YOUR OBJECTIVE. Go through the listing and count the lines with "lists" in them; write only the number.

[Start of Attachment]

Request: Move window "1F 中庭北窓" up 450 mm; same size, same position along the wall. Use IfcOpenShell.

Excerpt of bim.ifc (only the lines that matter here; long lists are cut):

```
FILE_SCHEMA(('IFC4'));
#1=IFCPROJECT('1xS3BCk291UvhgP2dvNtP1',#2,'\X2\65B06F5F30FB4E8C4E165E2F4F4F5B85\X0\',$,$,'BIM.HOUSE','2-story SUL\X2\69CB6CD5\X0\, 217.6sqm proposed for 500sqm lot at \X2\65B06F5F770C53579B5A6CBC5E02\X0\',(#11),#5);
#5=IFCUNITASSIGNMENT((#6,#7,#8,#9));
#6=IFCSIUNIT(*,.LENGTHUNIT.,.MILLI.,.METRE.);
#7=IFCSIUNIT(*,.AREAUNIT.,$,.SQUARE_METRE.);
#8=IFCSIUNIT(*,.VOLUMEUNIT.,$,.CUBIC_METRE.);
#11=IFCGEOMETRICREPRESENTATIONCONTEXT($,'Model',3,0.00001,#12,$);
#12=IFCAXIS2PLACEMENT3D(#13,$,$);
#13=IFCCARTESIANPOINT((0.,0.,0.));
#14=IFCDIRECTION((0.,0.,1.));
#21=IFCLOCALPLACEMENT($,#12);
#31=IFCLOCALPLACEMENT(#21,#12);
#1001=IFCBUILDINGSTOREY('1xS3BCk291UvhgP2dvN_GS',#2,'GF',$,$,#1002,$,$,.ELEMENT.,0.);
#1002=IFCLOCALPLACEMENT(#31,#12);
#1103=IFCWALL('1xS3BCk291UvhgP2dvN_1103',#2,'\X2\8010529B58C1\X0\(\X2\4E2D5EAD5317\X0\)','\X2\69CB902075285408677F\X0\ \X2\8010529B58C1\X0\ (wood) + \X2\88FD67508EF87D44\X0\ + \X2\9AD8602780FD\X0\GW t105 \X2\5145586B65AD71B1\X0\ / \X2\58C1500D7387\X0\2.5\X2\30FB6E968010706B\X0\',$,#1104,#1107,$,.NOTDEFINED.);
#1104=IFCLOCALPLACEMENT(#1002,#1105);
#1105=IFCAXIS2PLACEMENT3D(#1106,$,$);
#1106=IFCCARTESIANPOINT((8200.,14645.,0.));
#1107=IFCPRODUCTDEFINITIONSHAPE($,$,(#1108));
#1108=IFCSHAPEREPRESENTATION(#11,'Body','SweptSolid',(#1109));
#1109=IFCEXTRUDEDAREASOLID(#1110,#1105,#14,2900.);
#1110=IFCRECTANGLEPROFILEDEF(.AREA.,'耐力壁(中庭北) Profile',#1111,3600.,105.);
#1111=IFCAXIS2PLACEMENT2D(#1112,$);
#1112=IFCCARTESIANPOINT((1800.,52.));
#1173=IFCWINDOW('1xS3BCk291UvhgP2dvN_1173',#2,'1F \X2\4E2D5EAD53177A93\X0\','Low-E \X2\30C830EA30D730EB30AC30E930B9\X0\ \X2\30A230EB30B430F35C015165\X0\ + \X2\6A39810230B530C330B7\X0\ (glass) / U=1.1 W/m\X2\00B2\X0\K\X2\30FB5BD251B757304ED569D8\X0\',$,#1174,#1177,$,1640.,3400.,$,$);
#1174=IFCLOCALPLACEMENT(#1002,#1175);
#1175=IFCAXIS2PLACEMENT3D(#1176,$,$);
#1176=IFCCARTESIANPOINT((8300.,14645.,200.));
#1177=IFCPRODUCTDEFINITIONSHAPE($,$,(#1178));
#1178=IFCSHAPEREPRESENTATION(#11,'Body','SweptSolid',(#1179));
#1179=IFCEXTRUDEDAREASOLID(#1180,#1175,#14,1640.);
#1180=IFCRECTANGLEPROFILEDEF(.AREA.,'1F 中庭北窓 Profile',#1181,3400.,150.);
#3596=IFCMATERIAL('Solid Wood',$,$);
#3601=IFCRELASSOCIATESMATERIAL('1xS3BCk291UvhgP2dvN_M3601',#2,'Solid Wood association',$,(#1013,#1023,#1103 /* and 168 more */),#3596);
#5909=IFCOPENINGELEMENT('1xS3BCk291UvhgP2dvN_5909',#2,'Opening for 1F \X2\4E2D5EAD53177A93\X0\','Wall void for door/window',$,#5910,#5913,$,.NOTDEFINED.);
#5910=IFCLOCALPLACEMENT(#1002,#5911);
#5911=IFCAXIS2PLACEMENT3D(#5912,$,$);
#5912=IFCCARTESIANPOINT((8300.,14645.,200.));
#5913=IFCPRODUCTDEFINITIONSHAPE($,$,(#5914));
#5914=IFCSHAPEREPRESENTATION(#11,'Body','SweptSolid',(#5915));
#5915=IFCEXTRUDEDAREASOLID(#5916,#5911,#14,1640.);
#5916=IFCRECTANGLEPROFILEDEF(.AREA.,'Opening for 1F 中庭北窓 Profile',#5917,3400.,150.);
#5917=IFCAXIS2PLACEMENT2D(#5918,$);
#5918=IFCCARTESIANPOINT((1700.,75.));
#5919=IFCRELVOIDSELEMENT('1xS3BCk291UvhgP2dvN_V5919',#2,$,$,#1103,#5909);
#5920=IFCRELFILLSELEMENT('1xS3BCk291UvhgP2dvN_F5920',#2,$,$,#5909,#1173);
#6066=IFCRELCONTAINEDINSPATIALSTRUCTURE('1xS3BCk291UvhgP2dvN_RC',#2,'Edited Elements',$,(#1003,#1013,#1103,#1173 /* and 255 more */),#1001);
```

```python
import numpy as np
import ifcopenshell
import ifcopenshell.api.geometry
import ifcopenshell.util.placement
import ifcopenshell.util.unit

model = ifcopenshell.open("bim.ifc")
unit_scale = ifcopenshell.util.unit.calculate_unit_scale(model)

window = model.by_id(1173)
opening = window.FillsVoids[0].RelatingOpeningElement
dz = 450.0

shift = np.array([0.0, 0.0, dz])
# The window is not placed relative to its opening, so move both.
for product in (opening, window):
    matrix = ifcopenshell.util.placement.get_local_placement(product.ObjectPlacement)
    matrix[:3, 3] += shift
    ifcopenshell.api.geometry.edit_object_placement(model, product=product, matrix=matrix, is_si=False)

print(f"moved by {dz * unit_scale:+.3f} m")

model.write("bim_rev.ifc")
```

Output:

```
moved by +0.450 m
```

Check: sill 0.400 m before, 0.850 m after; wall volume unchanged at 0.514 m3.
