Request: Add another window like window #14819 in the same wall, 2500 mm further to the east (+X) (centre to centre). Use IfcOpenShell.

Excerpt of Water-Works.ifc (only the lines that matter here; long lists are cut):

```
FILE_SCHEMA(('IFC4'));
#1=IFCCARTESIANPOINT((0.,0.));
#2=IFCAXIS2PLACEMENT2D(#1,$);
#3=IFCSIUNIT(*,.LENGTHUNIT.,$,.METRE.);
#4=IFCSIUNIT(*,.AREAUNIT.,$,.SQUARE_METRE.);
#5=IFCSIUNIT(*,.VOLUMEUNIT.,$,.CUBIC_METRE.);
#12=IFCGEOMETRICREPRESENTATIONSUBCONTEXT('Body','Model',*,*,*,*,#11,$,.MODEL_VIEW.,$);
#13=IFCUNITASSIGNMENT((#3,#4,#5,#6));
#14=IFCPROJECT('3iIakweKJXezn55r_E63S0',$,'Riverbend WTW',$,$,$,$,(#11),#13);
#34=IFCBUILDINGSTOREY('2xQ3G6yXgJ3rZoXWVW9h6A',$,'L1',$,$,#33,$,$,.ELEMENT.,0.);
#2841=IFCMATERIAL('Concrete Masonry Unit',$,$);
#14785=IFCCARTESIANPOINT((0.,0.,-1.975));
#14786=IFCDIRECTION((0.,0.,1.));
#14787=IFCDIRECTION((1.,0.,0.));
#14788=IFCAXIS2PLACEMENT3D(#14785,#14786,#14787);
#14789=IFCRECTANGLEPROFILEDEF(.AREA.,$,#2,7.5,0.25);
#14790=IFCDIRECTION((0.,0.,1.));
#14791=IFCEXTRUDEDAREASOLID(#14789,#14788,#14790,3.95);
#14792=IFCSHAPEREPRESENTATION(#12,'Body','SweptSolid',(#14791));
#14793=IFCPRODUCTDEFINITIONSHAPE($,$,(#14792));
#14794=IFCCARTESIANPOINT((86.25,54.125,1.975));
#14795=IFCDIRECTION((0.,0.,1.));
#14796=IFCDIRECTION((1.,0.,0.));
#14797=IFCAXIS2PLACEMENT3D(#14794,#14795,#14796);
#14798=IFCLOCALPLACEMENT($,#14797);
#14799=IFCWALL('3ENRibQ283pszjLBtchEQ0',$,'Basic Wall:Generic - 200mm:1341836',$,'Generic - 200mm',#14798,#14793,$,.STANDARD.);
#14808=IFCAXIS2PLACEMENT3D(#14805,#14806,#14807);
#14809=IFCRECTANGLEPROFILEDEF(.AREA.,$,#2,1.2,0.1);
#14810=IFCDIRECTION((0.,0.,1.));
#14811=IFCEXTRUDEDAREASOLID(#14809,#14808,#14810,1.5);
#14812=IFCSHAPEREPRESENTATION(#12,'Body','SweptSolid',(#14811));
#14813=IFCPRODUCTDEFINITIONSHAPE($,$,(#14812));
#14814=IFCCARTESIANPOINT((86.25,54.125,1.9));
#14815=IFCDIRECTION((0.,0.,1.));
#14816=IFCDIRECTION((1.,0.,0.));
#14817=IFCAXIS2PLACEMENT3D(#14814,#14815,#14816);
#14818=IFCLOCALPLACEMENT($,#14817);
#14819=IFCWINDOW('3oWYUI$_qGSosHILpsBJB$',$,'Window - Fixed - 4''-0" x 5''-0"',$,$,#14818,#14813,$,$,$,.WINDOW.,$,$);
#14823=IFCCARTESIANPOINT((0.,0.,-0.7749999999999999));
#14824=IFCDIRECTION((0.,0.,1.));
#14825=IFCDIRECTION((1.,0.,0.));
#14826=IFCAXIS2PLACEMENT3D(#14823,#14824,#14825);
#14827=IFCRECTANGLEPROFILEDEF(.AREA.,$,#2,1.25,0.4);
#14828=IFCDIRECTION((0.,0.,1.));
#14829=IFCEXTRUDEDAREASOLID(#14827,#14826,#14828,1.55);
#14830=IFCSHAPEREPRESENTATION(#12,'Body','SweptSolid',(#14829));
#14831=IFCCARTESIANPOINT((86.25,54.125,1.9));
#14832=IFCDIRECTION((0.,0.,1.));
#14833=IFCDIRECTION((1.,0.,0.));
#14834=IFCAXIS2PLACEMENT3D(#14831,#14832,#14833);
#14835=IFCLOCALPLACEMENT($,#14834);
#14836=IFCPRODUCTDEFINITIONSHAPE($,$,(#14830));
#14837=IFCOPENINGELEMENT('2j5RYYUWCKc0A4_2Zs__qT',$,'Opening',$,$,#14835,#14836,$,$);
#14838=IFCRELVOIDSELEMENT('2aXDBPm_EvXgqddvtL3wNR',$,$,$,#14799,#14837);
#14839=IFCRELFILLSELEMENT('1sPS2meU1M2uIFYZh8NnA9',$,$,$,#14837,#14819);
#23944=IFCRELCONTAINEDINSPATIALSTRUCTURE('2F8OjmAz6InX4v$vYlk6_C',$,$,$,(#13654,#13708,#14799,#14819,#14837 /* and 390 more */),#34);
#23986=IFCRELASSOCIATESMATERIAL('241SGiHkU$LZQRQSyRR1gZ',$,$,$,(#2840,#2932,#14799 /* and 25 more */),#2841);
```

```python
import ifcopenshell
import ifcopenshell.api.feature
import ifcopenshell.api.geometry
import ifcopenshell.api.root
import ifcopenshell.geom
import ifcopenshell.util.element
import ifcopenshell.util.placement
import ifcopenshell.util.shape

model = ifcopenshell.open("Water-Works.ifc")
settings = ifcopenshell.geom.settings()


def volume(element):
    """Net volume in cubic metres, openings subtracted."""
    shape = ifcopenshell.geom.create_shape(settings, element)
    return ifcopenshell.util.shape.get_volume(shape.geometry)


window = model.by_guid("3oWYUI$_qGSosHILpsBJB$")
opening = window.FillsVoids[0].RelatingOpeningElement
wall = opening.VoidsElements[0].RelatingBuildingElement
before = volume(wall)
shift = ifcopenshell.util.placement.get_local_placement(wall.ObjectPlacement)[:3, 0] * 2.5

# copy_class copies the void relationship, type, container and properties, but no geometry.
new_opening = ifcopenshell.api.root.copy_class(model, product=opening)
new_opening.Representation = ifcopenshell.util.element.copy_deep(
    model, opening.Representation, exclude=["IfcGeometricRepresentationContext", "IfcRepresentationMap"]
)
new_window = ifcopenshell.api.root.copy_class(model, product=window)
new_window.Representation = ifcopenshell.util.element.copy_deep(
    model, window.Representation, exclude=["IfcGeometricRepresentationContext", "IfcRepresentationMap"]
)
ifcopenshell.api.feature.add_filling(model, opening=new_opening, element=new_window)

for old, new in ((opening, new_opening), (window, new_window)):
    matrix = ifcopenshell.util.placement.get_local_placement(old.ObjectPlacement)
    matrix[:3, 3] += shift
    ifcopenshell.api.geometry.edit_object_placement(model, product=new, matrix=matrix, is_si=False)

after = volume(wall)

print(f"wall volume {before:.3f} -> {after:.3f} m3")

model.write("Water-Works_edited.ifc")
```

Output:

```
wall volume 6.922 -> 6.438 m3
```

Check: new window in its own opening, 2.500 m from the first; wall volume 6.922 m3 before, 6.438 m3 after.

[End of Attachment]

RESPONSE FOR THIS EXERCISE. 2